Вот тебе раз! Я к ней с вопросом, а она мне нотацию прочитала…
— Ну где же все-таки катаются?
Девчонка опустила воротник шубки, шаль поправила и вдруг фыркнула:
— Где же им быть, как ни на льду? В хоккей играют край на край.
— Как край на край?
— Два края деревни — две команды. Чего тут не понять?
Поблагодарил я землячку, пошел дальше. Вон что оказывается! Хоккей появился в нашей деревне. А мы-то росли и слова такого не слыхали. Да и на лед редко ходили. Чаще снегурки притянешь ремешками к валенкам — и на Шелехову гору. Спуск здесь накатан, как стол, не хуже вашего льда. Но главное — народу много, не заскучаешь.

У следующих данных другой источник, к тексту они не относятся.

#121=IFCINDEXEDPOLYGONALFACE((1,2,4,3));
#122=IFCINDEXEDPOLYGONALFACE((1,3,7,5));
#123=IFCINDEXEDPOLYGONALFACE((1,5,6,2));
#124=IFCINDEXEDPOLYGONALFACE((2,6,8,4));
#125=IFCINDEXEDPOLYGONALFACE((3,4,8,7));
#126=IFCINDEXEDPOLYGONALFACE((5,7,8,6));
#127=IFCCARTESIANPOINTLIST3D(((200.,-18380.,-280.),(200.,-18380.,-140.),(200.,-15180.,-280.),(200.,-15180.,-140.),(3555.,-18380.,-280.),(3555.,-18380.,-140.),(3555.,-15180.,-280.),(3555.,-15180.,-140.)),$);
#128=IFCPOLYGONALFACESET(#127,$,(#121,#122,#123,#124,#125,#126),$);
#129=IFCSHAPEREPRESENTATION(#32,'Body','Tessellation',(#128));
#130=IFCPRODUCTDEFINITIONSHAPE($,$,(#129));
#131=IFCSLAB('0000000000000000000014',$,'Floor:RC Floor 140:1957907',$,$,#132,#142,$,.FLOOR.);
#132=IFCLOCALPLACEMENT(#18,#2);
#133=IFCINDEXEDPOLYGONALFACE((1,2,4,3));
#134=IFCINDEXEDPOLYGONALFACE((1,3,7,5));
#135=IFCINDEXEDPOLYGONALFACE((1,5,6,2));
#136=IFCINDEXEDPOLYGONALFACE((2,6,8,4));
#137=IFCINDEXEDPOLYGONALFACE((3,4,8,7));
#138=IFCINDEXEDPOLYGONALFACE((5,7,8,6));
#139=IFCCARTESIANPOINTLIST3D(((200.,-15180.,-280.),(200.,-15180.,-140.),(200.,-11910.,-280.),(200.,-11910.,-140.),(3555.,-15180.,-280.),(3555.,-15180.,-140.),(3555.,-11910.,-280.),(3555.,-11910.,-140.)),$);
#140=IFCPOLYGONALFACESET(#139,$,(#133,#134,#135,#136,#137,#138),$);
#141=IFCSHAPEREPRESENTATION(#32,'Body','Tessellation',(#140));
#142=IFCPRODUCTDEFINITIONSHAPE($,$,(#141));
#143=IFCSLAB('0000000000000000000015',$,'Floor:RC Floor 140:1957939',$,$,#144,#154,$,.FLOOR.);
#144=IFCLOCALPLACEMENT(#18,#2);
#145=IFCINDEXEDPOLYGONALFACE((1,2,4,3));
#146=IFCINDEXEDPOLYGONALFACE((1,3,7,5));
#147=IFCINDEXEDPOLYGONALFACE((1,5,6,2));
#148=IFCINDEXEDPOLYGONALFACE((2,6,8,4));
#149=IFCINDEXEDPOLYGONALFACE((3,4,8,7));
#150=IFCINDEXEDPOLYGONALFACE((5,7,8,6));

А на чем только не катались вечерами с Шелеховой горы! И на санках, и на коньках, и на самокатах, и на ледянках, и даже на огромных розвальнях с отводами.

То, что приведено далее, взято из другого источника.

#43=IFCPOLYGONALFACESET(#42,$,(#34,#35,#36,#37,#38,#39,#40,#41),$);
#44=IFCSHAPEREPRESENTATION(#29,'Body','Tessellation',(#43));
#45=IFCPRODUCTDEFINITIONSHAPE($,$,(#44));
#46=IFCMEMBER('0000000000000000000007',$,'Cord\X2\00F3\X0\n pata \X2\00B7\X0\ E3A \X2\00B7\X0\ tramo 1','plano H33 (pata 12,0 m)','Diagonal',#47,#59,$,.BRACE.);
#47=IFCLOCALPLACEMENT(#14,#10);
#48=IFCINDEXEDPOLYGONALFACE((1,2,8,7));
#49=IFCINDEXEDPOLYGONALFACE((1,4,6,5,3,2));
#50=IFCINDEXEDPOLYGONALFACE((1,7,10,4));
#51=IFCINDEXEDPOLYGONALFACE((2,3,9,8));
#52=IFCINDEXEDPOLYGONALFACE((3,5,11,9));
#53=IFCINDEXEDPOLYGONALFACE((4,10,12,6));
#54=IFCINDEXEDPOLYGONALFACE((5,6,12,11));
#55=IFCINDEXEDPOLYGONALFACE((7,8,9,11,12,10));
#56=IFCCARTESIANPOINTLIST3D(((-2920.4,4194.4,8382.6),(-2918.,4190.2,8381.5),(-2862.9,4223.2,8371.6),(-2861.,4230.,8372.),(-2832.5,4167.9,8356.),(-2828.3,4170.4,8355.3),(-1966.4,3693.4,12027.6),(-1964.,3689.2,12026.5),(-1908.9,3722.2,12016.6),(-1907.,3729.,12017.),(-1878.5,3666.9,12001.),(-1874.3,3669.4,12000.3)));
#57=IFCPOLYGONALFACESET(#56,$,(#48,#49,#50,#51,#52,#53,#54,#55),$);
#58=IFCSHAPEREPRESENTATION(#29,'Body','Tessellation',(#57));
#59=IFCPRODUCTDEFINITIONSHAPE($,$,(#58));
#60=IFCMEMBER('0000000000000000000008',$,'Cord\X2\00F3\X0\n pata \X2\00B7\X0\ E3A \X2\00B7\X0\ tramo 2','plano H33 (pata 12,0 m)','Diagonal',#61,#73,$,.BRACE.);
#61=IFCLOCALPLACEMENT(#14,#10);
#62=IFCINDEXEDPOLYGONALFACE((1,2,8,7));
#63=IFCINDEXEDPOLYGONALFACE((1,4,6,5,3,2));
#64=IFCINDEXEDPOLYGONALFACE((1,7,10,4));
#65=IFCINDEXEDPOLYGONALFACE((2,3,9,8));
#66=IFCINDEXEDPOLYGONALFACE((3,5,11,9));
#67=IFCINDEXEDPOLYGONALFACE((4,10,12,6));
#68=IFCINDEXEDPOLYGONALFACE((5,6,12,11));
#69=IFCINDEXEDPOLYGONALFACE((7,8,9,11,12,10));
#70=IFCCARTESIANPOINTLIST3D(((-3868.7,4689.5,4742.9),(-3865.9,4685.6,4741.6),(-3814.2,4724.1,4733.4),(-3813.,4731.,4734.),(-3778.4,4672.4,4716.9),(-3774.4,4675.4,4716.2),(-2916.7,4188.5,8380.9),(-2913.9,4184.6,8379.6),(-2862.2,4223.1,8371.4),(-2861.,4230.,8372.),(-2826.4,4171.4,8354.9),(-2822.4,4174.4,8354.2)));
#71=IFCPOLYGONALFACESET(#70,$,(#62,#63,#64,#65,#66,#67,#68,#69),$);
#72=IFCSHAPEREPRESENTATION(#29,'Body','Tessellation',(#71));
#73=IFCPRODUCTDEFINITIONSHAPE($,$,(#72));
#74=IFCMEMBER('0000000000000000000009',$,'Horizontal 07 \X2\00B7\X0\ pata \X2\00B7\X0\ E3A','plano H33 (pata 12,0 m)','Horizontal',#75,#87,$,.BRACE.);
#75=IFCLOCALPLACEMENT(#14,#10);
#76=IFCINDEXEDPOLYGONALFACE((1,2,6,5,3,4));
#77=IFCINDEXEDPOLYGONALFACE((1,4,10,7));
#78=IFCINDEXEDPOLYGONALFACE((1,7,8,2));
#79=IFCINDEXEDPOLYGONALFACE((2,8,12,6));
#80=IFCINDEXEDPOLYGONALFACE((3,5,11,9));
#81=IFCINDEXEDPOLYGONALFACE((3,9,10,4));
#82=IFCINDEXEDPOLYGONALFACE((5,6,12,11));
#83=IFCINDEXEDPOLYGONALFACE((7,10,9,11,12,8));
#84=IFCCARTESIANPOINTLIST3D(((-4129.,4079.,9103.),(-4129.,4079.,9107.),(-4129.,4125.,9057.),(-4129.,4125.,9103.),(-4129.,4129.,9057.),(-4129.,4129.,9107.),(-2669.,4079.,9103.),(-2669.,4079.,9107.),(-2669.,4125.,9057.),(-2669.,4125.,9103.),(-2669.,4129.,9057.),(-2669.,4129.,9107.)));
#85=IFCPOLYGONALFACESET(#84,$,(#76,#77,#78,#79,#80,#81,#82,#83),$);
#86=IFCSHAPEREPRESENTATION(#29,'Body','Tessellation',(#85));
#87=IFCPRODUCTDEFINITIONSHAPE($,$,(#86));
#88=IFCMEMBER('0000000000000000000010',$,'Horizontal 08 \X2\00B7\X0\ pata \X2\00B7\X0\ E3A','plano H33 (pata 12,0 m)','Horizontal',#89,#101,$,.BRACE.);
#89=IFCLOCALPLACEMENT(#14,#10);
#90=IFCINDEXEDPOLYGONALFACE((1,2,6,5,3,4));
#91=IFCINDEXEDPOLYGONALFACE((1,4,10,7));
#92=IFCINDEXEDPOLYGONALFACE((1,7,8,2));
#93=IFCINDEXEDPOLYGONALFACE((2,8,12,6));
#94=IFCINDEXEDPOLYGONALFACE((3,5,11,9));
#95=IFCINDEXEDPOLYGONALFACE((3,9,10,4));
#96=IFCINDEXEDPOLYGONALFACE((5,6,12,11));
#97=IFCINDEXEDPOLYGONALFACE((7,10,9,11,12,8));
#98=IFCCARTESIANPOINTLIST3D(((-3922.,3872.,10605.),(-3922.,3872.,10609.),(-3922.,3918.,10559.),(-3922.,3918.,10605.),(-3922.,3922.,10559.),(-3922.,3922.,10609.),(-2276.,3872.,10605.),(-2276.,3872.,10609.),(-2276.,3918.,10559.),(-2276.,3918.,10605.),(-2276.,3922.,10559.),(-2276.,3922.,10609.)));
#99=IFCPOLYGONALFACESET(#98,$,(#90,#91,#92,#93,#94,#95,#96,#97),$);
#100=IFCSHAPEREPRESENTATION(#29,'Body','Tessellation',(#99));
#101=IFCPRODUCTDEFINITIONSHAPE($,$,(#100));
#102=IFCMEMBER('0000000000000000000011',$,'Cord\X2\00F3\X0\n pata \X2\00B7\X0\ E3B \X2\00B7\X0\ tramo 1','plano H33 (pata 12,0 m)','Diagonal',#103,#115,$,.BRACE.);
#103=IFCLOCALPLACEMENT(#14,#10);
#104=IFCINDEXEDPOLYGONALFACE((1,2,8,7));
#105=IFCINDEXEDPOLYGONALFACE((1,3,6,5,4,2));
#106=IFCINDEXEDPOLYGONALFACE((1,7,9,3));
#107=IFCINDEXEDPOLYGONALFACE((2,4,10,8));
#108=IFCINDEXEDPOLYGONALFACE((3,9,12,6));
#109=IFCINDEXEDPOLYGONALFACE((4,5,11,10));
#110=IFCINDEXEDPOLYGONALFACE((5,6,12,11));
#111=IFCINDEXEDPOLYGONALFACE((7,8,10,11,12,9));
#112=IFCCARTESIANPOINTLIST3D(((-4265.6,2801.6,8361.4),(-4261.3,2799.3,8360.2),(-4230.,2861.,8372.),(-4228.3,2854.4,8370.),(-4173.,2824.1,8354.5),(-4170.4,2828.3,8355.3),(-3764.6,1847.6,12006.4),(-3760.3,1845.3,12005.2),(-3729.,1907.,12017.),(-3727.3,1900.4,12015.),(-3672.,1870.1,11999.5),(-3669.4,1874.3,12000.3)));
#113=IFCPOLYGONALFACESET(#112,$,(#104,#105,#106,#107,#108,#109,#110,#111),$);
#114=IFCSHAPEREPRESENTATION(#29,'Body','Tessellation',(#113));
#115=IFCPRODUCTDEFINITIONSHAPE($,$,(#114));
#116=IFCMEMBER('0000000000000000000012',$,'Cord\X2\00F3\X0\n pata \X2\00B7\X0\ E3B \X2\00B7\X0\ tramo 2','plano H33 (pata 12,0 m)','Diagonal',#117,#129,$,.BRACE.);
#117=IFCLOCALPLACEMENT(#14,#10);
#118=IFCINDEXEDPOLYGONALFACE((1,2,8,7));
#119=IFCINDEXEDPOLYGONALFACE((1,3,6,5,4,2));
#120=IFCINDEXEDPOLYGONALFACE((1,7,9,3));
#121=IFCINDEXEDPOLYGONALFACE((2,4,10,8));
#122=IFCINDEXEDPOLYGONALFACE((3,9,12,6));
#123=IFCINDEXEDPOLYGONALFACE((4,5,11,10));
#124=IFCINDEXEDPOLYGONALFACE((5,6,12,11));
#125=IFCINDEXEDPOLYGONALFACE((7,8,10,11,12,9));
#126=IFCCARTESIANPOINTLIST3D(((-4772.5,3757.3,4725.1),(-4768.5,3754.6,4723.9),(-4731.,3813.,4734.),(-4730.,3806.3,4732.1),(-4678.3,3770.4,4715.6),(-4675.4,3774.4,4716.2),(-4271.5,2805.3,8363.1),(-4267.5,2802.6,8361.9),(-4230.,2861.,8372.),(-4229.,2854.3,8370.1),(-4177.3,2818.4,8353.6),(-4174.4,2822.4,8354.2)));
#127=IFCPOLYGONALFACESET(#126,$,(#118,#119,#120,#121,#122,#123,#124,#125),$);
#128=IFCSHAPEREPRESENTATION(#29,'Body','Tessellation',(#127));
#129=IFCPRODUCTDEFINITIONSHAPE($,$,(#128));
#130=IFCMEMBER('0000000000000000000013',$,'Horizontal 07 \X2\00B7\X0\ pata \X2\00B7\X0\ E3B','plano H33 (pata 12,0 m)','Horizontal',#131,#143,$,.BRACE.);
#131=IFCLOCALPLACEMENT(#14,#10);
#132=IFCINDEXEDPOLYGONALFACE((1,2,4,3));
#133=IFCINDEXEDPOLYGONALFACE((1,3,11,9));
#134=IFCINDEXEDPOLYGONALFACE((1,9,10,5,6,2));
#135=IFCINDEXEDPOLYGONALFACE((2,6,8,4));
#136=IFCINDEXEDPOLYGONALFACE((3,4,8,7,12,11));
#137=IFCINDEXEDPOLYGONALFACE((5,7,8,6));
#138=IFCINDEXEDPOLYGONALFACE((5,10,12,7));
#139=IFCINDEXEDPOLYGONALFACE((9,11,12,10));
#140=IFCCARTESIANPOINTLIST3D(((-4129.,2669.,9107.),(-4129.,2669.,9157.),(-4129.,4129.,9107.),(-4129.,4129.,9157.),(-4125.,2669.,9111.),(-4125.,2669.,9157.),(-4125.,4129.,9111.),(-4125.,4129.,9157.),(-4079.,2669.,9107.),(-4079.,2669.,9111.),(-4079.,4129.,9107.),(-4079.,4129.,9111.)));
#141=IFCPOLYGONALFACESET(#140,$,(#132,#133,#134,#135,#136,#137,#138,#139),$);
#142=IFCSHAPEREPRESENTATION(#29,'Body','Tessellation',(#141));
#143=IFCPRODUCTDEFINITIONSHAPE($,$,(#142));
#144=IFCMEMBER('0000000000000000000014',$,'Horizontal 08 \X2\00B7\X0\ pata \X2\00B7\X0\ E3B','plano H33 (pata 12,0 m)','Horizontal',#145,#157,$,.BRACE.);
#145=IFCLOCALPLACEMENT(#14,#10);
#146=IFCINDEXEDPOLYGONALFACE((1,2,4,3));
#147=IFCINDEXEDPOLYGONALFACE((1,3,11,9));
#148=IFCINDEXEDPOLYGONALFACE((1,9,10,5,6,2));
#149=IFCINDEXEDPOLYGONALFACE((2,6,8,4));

Ледянки делали так. Небольшую скамейку прибивали ножками к плахе, у которой один конец снизу подтесан и заострен. Изнанку доски обмазывали свежим коровьим навозом и поливали водой. Так лед прочнее схватывается с деревом. И пусть не сразу получалась гладкой ледяная зеленоватая кора — не беда. Стоило скатиться с горы разок-другой, лед отполировывался, как стеклышко.